Há, fiz você clicar!
Navegando pelo Facebook na última quinta (29/07), eis que me aparece o link para uma notícia cujo título era no mínimo preocupante:
A matéria, publicada no popular portal “Intoxicação Animentar” (i.e. “Intoxi Anime“), é assinada por Marcelo Almeida, e fala de uma entrevista com Takeshi Natsuno, atual presidente da Kadokawa – uma das maiores editoras do Japão.
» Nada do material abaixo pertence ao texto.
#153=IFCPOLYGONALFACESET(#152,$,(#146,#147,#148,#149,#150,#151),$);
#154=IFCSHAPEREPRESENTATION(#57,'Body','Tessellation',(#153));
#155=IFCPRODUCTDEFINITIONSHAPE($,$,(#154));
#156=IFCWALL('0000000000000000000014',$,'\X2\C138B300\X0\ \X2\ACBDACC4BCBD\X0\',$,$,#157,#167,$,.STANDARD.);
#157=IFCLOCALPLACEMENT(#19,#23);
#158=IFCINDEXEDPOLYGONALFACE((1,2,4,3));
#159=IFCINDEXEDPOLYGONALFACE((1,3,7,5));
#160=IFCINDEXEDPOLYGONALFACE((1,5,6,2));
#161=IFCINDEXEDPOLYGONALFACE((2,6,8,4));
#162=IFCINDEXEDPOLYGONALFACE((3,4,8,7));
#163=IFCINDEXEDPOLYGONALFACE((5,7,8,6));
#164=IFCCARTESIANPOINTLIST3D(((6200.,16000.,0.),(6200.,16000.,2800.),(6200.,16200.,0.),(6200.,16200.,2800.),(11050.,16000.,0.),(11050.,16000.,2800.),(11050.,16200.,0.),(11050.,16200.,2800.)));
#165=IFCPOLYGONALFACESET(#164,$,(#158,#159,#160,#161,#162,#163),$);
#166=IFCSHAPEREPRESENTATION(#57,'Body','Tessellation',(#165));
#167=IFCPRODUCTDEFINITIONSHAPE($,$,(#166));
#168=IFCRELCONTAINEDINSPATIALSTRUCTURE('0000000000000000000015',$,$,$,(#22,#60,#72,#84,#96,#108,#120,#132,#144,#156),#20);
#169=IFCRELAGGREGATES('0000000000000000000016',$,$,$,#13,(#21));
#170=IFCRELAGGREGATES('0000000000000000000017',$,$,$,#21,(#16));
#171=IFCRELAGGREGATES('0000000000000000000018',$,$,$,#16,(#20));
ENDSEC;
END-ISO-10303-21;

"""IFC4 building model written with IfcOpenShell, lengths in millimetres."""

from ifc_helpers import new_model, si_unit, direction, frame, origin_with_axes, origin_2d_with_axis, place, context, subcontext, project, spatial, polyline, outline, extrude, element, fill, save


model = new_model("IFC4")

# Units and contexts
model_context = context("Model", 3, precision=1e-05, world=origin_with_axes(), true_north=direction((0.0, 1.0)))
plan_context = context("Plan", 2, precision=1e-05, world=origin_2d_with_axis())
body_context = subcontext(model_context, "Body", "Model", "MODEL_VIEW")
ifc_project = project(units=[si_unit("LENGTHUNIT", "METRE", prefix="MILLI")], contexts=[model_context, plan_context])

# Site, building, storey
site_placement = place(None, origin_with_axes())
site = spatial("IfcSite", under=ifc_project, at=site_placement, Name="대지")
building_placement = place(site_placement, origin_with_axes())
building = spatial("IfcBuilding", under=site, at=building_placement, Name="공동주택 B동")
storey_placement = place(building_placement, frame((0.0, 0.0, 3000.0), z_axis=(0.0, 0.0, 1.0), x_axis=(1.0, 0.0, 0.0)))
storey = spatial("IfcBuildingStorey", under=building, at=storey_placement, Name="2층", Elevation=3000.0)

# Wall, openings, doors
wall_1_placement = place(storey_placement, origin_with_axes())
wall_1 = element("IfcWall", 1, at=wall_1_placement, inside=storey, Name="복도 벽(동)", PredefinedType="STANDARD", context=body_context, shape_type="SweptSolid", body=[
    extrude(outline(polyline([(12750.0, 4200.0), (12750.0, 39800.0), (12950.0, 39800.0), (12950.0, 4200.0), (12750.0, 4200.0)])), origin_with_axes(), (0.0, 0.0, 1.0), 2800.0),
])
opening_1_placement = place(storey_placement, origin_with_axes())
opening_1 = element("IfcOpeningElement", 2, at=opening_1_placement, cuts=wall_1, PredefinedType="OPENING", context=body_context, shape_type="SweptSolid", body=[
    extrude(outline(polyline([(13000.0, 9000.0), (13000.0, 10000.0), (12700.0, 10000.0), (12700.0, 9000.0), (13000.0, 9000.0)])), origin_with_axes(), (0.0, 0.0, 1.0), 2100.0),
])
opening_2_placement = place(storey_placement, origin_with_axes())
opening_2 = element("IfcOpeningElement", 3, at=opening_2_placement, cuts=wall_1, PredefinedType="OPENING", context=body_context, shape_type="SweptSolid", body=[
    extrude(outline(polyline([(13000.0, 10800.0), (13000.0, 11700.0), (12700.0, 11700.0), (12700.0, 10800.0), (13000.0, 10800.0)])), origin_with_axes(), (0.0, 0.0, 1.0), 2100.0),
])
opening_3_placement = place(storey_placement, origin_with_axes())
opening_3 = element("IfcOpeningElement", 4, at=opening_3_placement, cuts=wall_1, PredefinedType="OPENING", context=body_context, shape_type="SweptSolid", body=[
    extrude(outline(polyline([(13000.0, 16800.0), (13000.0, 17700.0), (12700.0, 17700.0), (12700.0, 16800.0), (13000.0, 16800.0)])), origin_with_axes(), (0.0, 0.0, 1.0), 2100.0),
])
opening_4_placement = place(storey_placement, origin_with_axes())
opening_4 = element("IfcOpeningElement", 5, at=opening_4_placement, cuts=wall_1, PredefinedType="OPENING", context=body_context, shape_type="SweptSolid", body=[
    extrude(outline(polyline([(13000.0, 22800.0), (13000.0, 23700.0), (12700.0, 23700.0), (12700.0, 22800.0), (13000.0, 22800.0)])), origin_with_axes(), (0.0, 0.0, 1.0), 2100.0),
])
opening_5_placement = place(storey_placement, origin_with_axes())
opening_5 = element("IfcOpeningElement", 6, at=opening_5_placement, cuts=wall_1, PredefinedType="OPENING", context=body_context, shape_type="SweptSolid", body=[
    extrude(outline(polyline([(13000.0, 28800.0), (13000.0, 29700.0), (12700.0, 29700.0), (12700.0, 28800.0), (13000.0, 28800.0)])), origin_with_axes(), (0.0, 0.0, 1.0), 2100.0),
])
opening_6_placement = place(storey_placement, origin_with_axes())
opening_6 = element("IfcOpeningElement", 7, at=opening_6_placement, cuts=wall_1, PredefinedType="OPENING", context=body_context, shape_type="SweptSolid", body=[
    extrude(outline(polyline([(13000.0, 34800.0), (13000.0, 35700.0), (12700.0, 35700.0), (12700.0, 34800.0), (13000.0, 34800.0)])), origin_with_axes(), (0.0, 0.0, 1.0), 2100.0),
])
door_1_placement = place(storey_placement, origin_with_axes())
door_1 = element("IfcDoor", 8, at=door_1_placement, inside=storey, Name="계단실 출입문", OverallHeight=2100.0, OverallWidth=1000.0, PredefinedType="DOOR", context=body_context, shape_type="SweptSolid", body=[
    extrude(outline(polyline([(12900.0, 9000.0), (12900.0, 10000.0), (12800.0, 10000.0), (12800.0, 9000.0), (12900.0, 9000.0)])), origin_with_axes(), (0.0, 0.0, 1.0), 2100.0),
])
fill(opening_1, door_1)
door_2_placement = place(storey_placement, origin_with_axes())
Segundo Natsuno, haveria a necessidade de se criar um “novo padrão” quanto ao que se pode ou não ser mostrado nos mangás, a fim de essas obras sejam aprovadas nos critérios do Google ou da Apple. Adicionando ainda que:
“A empresa para a qual trabalho está cheia de pessoas que estão do lado da liberdade, mas acho que devemos dar um passo atrás.”
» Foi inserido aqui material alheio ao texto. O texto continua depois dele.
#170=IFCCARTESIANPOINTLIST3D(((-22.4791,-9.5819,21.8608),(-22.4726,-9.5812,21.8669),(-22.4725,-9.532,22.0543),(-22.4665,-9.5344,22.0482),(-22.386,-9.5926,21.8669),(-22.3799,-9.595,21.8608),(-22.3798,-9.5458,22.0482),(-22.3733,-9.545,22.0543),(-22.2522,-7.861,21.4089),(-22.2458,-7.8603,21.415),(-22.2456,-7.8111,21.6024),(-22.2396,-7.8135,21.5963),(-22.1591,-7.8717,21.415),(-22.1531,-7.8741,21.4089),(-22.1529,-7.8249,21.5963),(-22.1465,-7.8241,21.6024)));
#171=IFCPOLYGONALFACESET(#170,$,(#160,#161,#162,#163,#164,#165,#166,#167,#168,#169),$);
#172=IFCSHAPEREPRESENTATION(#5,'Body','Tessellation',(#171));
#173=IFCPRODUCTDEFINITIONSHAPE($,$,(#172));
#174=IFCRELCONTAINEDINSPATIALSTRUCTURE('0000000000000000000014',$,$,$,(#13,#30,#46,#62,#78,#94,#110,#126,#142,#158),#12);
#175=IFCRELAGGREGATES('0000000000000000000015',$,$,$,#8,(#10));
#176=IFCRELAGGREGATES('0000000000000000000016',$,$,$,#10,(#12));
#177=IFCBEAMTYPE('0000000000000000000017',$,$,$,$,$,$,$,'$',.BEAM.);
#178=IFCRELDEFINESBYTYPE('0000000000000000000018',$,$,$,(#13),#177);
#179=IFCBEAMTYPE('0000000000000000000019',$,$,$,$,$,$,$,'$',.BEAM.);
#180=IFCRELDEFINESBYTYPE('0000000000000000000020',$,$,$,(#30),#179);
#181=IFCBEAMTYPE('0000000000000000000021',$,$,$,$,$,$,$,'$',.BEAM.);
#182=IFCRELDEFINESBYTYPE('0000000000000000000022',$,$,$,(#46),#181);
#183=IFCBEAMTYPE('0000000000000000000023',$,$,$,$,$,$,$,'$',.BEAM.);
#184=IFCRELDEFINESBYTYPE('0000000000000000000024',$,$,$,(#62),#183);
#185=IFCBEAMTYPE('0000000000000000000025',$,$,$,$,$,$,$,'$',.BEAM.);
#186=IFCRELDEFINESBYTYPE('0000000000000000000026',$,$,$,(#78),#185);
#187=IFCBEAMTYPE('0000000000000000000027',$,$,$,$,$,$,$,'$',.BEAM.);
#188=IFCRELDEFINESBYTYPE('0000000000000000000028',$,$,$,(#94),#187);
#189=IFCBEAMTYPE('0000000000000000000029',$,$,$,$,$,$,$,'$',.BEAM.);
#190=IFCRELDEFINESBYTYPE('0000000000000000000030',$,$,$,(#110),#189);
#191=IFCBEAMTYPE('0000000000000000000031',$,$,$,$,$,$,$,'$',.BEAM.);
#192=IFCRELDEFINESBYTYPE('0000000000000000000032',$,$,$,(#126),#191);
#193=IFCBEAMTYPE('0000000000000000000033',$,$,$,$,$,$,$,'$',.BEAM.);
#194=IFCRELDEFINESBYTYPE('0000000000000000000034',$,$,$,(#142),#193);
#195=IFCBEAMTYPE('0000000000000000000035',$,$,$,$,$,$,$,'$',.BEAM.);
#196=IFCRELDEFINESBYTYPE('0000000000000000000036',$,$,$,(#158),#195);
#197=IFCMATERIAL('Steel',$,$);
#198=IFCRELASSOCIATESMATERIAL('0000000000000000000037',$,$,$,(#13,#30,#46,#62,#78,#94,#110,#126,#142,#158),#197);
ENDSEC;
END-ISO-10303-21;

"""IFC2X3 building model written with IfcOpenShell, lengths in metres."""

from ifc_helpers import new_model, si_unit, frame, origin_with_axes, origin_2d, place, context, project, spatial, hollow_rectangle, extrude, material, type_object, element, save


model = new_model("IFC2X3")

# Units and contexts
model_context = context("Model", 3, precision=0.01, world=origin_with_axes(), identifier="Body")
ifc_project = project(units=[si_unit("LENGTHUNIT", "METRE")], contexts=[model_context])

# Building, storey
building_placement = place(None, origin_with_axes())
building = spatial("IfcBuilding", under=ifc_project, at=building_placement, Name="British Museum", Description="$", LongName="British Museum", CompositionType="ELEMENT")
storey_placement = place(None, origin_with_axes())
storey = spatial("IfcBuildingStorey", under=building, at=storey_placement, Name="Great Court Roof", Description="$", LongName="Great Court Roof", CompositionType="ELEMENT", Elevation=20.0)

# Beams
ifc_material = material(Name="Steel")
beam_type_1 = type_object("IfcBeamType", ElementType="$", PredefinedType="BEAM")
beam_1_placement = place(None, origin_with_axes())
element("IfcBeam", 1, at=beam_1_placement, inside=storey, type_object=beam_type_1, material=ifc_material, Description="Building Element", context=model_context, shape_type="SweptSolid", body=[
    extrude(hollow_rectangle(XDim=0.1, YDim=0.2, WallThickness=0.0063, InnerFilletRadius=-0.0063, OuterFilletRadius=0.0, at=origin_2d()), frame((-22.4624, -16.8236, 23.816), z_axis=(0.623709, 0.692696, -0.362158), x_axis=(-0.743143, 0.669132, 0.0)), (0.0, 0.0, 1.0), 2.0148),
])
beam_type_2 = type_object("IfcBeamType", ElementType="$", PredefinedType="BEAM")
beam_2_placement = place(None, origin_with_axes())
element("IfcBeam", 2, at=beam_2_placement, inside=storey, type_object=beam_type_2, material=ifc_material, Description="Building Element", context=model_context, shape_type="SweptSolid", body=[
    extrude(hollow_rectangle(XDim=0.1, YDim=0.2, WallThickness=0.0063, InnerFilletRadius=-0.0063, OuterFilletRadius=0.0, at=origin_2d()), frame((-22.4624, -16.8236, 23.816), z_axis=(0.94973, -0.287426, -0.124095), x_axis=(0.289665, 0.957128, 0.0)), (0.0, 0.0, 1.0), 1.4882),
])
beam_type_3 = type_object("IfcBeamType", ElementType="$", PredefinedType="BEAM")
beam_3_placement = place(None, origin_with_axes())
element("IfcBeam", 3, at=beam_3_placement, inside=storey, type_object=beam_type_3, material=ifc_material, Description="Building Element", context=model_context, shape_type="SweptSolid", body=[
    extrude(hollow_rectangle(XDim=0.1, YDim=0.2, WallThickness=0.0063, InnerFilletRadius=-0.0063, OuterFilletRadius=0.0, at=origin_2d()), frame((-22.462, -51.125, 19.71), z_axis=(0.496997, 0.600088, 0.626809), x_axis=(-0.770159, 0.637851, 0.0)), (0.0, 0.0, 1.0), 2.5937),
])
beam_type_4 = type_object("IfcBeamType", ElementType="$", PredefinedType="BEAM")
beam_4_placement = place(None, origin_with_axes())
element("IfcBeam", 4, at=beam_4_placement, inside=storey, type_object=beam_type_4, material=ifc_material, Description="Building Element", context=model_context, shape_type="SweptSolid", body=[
Como assim “dar um passo atrás” na liberdade?! O que isso realmente significa para o futuro dos mangás, light novels, videogames e por ai vai? Estaria afinal o mercado otaku se dobrando em definitivo ao “politicamente correto”?
Bom… menos. Bem, bem menos.
De cara essa matéria me fez soar todos os alarmes possíveis. Sempre que algo soa ultrajante demais para ser verdade, há no mínimo a chance de que de fato não seja. Então, eu resolvi ir a fundo nessa história.
E o que descobri é no mínimo curioso.
Ta… Mas Qual é a Fonte?
Agora, seria muito fácil para mim apenas passar a matéria original que, em última instância, resultou nesta do portal Intoxi Anime. Inclusive, tornaria este artigo bem mais curto e amigável às sensibilidades modernas. Como é de praxe por aqui, porém, eu quero dar um passo além.
Quero explicar não apenas o que há de errado com essa matéria, mas também como eu vim a descobrir tudo isso. Para que você, leitor, possa no futuro ficar mais atento a como certos grupos manufaturam ultraje.
Sendo assim, vamos começar com o básico: as fontes. De onde, exatamente, saiu essa notícia? Sim, a matéria fala de “uma entrevista” feita no canal de streaming Abema TV, mas isso não é lá muito específico, não é?
Crédito onde é devido, ao menos ao final a matéria nos dá suas reais fontes. Parabéns: você fez o absoluto mínimo. Mas fica ainda a pergunta: são boas fontes? Bom… vamos por partes.
A segunda delas é uma matéria do site Anime News Network:
O site em si é bastante confiável, sendo um dos principais portais do meio lá fora. Contudo, a matéria linkada não fala nada sobre essa tal entrevista. Saindo em março deste ano, ela apenas noticia a subida de Takeshi Natsuno à presidência da Kadokawa.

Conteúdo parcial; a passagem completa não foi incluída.